Overview: The green light sensor


If we are to make a complete repressilator, we will need a green light-sensing BioBrick to go with the red and blue. To our knowledge, there has been no green light sensor successfully used in E. coli. Tokyo-Nokogen 2009 attempted to make a green light sensor but couldn't make it work, due to problems with the BioBricks stored in the Registry.

Tokyo-Nokogen's design adapted the red light sensor designed by Austin 2005 to sense green light, by replacing the Cph1 domain of the protein (which reacts to red light) with the light sensing domain of Ccas (which senses green light). However, the second part of the protein is the inner membrane region of EnvZ, which duplicates with the red sensor.

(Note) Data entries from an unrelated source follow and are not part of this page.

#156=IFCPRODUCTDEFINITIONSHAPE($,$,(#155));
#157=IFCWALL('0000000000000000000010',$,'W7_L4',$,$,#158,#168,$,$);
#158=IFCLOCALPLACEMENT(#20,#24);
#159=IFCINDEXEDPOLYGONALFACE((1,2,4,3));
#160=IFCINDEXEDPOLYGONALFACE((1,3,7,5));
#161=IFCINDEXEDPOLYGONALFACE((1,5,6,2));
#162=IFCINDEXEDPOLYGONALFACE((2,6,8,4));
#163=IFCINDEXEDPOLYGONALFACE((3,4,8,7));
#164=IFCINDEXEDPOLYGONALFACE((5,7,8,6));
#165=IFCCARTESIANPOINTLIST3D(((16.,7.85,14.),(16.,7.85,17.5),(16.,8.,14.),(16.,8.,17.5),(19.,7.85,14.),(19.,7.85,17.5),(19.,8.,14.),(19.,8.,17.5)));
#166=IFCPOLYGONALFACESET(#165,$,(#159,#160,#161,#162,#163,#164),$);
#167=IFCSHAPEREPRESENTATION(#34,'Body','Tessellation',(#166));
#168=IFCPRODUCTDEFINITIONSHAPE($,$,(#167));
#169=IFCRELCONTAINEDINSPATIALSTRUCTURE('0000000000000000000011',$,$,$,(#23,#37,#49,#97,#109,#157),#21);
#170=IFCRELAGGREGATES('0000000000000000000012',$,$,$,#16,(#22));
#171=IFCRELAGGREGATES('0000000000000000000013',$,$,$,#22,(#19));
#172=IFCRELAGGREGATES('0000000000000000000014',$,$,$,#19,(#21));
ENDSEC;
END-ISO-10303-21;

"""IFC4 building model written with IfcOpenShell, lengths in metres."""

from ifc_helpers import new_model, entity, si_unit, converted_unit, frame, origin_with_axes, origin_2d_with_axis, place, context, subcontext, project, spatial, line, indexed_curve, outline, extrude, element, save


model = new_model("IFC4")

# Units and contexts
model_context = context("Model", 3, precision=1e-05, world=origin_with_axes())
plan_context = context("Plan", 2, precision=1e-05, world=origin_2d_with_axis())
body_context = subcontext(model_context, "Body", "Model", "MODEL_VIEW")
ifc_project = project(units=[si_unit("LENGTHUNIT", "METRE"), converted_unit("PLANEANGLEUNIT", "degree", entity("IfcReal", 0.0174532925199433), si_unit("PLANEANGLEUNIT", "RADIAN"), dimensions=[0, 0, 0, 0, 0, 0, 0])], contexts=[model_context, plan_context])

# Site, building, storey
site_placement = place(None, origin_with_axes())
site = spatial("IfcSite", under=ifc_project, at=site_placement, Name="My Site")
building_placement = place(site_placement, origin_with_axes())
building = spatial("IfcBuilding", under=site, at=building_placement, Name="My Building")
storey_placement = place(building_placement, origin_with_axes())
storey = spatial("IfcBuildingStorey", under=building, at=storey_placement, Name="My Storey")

With this system, OmpR will be phosphorylated by both green light and red light sensors, and the cell would be colour blind. While CcaS would be a good protein to use for the purpose of sensing green light, we therefore need to link it to a different two-component system if we want to make a separate green light sensor. One possibility is to copy the method that was used to make lovTAP. This would be better since it is more direct (the light sensor binds the DNA directly and represses it) than Cph8 which represses its target through the EnvZ transduction pathway (via OmpR).



Problems


We are having to wait on DNA from our main collaborators, Mexico UNAM-Genomics, before we can continue with this particular part of the project. It would be a good one to complete since no other team besides our two are working on this particular part.



Biobricks


The overall construct, once built, will be a new biobrick, with credit for submission going to either Edinburgh or Mexico UNAM-Genomics.